_What needs to be done_. Where in the records does the word "association" occur? Copy each line in which it does.

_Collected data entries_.
- Opening Delimiter -
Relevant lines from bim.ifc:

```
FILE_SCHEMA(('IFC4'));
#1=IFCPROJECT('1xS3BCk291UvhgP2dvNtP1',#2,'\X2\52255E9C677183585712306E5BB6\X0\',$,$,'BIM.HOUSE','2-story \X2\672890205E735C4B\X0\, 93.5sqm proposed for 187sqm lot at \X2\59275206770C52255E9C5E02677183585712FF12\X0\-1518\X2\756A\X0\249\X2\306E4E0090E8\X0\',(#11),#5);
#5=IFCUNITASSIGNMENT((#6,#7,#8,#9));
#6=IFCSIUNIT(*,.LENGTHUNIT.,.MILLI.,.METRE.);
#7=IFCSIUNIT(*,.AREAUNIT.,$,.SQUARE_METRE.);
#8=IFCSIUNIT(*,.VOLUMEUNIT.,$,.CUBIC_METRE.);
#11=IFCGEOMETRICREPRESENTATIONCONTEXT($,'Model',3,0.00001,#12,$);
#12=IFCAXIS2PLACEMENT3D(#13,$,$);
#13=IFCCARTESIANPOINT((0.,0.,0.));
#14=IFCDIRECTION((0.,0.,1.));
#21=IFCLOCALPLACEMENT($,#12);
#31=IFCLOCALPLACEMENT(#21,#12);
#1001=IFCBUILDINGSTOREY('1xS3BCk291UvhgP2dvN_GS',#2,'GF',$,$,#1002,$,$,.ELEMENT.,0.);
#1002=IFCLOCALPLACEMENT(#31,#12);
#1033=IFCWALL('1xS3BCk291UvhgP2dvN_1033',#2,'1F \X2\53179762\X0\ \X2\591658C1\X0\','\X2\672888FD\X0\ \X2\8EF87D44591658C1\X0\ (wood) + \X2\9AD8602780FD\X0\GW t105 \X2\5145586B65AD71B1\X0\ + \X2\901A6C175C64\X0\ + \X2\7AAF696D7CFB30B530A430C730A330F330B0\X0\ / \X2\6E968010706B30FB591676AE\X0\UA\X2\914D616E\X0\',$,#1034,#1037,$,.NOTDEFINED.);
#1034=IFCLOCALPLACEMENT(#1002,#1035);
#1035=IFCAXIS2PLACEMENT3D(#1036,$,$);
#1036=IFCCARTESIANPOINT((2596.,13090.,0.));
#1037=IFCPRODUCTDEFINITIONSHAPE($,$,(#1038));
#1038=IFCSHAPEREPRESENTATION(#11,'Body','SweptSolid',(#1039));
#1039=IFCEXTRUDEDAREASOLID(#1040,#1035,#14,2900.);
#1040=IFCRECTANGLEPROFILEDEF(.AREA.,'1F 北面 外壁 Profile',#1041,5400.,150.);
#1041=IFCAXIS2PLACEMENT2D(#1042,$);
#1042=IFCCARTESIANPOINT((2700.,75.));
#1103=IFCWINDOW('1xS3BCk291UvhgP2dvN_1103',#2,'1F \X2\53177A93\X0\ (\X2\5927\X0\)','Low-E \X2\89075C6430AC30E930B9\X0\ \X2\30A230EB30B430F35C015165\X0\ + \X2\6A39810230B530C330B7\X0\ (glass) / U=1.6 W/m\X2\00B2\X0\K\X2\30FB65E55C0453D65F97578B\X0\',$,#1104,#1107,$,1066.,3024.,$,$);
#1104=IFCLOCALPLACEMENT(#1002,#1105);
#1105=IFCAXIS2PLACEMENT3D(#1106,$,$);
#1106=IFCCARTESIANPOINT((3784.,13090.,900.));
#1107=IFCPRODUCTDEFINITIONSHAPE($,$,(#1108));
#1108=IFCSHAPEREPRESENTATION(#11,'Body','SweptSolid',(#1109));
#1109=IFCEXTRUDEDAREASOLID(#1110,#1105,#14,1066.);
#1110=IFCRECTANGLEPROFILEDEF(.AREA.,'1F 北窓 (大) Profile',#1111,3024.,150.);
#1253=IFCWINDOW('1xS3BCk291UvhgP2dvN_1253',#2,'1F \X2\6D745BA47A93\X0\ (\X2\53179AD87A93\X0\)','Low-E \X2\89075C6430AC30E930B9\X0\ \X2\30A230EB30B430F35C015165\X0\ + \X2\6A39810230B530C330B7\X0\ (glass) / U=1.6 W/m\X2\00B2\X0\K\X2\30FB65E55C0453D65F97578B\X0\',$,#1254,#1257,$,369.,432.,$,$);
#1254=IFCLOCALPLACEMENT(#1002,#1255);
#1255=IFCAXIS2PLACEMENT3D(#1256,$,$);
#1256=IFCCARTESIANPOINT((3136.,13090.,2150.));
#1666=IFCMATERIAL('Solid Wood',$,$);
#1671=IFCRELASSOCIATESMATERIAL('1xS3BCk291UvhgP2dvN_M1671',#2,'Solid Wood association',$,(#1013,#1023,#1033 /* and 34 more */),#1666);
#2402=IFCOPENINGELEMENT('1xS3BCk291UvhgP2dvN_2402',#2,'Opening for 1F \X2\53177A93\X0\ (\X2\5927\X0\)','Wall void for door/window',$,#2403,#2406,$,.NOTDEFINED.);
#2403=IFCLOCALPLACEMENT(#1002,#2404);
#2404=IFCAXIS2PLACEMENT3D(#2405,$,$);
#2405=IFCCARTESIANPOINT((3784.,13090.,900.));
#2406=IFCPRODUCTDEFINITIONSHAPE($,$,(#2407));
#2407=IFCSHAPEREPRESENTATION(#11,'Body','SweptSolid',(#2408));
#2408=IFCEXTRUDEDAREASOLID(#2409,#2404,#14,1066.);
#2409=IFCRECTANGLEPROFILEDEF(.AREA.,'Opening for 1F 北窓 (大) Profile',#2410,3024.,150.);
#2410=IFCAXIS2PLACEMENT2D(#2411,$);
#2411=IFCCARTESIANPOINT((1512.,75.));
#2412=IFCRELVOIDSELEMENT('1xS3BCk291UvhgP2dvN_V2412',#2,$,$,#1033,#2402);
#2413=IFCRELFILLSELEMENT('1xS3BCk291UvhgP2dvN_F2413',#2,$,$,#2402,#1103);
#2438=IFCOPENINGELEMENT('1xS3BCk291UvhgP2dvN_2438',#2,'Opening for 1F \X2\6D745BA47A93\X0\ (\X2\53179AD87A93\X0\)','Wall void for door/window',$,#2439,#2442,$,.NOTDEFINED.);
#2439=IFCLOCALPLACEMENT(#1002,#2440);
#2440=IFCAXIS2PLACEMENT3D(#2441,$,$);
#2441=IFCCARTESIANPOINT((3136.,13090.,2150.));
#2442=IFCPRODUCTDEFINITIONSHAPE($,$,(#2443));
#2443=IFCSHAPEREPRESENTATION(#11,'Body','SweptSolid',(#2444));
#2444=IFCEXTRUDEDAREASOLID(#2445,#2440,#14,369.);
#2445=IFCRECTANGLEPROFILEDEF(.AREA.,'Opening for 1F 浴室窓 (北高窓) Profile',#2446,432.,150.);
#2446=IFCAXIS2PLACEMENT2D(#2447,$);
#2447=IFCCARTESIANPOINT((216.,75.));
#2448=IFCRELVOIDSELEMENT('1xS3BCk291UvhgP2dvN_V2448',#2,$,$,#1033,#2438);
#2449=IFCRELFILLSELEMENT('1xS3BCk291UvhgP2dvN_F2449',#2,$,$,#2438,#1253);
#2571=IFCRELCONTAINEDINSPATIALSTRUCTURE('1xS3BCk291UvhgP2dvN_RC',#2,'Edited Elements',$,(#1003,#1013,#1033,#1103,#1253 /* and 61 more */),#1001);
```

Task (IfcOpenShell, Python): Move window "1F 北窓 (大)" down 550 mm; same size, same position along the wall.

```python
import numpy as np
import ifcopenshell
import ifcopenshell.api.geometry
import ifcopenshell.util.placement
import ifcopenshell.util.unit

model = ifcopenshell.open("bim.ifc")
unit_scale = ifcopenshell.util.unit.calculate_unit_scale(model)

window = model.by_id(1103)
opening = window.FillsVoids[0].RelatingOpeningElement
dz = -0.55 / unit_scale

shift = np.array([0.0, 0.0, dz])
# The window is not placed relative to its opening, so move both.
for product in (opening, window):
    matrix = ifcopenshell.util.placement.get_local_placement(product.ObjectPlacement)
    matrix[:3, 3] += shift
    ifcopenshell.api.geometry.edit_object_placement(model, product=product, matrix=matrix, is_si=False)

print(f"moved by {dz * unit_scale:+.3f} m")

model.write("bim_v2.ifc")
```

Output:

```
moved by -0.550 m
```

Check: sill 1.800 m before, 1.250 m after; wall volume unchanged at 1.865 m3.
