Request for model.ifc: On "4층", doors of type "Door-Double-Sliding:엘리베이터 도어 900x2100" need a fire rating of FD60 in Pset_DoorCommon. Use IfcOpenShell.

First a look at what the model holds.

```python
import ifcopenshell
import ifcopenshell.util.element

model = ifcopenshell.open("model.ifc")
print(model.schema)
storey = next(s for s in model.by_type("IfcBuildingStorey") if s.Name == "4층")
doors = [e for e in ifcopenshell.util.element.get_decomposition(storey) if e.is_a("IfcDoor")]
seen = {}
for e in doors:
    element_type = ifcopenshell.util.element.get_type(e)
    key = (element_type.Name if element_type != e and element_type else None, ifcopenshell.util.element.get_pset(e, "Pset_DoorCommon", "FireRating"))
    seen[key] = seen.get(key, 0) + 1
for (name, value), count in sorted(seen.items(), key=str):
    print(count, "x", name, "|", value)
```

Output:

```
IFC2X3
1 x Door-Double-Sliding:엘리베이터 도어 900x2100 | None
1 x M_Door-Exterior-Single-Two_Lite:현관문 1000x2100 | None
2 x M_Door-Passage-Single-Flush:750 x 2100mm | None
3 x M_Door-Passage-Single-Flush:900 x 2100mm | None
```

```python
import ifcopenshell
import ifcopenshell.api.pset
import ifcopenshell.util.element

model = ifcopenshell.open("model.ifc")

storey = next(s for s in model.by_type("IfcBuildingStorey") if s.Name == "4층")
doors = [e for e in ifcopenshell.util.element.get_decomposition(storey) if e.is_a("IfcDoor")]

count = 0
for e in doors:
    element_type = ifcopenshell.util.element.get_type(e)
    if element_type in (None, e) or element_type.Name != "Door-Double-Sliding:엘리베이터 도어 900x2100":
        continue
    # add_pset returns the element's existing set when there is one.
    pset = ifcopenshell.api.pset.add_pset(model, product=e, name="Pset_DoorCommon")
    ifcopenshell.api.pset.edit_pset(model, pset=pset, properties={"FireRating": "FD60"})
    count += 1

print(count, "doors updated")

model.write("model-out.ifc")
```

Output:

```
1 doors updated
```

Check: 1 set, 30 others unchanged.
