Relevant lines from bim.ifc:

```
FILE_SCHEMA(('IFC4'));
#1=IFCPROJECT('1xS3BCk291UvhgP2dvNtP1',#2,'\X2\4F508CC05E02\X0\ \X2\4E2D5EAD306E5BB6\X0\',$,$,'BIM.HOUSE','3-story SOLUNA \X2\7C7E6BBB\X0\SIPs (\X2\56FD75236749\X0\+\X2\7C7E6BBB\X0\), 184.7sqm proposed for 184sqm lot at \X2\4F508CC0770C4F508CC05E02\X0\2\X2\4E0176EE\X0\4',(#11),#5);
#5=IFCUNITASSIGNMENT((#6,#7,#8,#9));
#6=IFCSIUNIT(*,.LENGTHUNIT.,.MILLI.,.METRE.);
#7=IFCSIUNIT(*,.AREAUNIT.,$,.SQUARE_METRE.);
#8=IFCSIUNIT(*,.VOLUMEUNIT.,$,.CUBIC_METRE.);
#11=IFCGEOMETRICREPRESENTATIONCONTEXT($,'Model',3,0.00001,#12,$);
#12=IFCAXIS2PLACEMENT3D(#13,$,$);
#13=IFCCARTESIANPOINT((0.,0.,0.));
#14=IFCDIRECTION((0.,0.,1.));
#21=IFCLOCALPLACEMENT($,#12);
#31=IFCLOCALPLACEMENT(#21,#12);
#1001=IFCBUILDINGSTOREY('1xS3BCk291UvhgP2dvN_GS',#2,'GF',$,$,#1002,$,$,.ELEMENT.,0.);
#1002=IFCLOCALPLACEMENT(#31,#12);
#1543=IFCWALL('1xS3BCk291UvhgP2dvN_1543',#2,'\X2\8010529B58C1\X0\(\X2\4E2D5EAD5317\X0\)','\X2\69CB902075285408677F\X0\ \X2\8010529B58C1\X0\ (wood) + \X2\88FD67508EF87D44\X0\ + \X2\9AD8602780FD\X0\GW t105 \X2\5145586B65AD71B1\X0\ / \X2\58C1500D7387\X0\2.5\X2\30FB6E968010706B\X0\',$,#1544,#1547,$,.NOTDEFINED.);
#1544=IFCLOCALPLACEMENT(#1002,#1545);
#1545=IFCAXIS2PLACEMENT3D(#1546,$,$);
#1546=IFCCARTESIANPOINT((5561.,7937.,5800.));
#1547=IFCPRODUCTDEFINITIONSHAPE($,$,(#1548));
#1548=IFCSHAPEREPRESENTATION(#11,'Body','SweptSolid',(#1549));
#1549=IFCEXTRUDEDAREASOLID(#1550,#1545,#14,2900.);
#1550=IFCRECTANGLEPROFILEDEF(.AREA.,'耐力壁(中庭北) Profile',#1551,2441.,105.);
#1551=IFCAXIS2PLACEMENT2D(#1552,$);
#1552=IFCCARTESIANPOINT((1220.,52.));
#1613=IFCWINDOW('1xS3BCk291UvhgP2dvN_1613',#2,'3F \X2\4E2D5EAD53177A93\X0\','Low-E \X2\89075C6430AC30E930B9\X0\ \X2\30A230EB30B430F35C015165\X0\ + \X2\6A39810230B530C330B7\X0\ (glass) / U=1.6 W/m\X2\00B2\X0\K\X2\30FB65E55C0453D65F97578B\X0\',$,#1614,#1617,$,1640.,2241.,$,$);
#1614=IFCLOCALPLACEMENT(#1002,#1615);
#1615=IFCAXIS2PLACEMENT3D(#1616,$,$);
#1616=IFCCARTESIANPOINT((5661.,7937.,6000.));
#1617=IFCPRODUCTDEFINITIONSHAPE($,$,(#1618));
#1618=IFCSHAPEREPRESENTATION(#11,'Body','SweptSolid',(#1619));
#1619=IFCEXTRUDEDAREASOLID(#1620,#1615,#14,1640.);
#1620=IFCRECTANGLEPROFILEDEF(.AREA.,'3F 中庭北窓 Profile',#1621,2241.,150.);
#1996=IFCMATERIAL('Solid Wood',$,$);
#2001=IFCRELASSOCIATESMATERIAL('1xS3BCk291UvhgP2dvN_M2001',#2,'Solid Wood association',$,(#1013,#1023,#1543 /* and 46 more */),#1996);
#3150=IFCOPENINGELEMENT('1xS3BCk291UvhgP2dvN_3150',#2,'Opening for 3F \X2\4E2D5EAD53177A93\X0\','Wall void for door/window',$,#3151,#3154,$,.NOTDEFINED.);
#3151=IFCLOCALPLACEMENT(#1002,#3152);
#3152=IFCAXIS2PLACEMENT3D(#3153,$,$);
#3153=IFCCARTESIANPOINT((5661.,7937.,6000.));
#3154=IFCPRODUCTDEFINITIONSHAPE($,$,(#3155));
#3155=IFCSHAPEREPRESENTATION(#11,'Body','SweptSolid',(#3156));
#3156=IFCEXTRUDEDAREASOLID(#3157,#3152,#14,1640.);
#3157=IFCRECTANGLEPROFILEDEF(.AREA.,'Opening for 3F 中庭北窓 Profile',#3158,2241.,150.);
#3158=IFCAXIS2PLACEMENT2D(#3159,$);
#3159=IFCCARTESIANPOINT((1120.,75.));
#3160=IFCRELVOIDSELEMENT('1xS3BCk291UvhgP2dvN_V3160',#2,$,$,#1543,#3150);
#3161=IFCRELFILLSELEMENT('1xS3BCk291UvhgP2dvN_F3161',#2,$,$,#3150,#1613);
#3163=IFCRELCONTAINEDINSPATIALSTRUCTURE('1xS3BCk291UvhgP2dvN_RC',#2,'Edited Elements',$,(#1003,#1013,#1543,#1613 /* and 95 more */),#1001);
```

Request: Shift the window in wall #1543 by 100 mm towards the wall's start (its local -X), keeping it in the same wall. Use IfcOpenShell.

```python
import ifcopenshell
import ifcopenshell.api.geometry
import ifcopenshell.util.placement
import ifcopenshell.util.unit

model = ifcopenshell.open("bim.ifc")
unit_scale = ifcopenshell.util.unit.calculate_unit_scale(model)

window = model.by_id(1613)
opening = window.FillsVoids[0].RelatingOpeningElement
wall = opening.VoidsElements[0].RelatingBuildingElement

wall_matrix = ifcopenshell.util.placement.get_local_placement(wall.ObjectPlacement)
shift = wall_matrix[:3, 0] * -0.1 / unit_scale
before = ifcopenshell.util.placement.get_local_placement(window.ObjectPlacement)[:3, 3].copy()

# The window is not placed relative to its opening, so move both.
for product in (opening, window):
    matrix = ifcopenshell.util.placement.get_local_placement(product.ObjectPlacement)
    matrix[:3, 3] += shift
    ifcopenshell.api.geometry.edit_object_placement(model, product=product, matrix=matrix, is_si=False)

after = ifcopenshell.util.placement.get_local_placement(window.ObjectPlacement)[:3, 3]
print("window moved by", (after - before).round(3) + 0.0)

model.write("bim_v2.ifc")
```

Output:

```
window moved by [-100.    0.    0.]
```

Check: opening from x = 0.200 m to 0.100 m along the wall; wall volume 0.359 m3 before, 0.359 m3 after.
- Closing Delimiter -
_Task result_.
#1671=IFCRELASSOCIATESMATERIAL('1xS3BCk291UvhgP2dvN_M1671',#2,'Solid Wood association',$,(#1013,#1023,#1033 /* and 34 more */),#1666);
#2001=IFCRELASSOCIATESMATERIAL('1xS3BCk291UvhgP2dvN_M2001',#2,'Solid Wood association',$,(#1013,#1023,#1543 /* and 46 more */),#1996);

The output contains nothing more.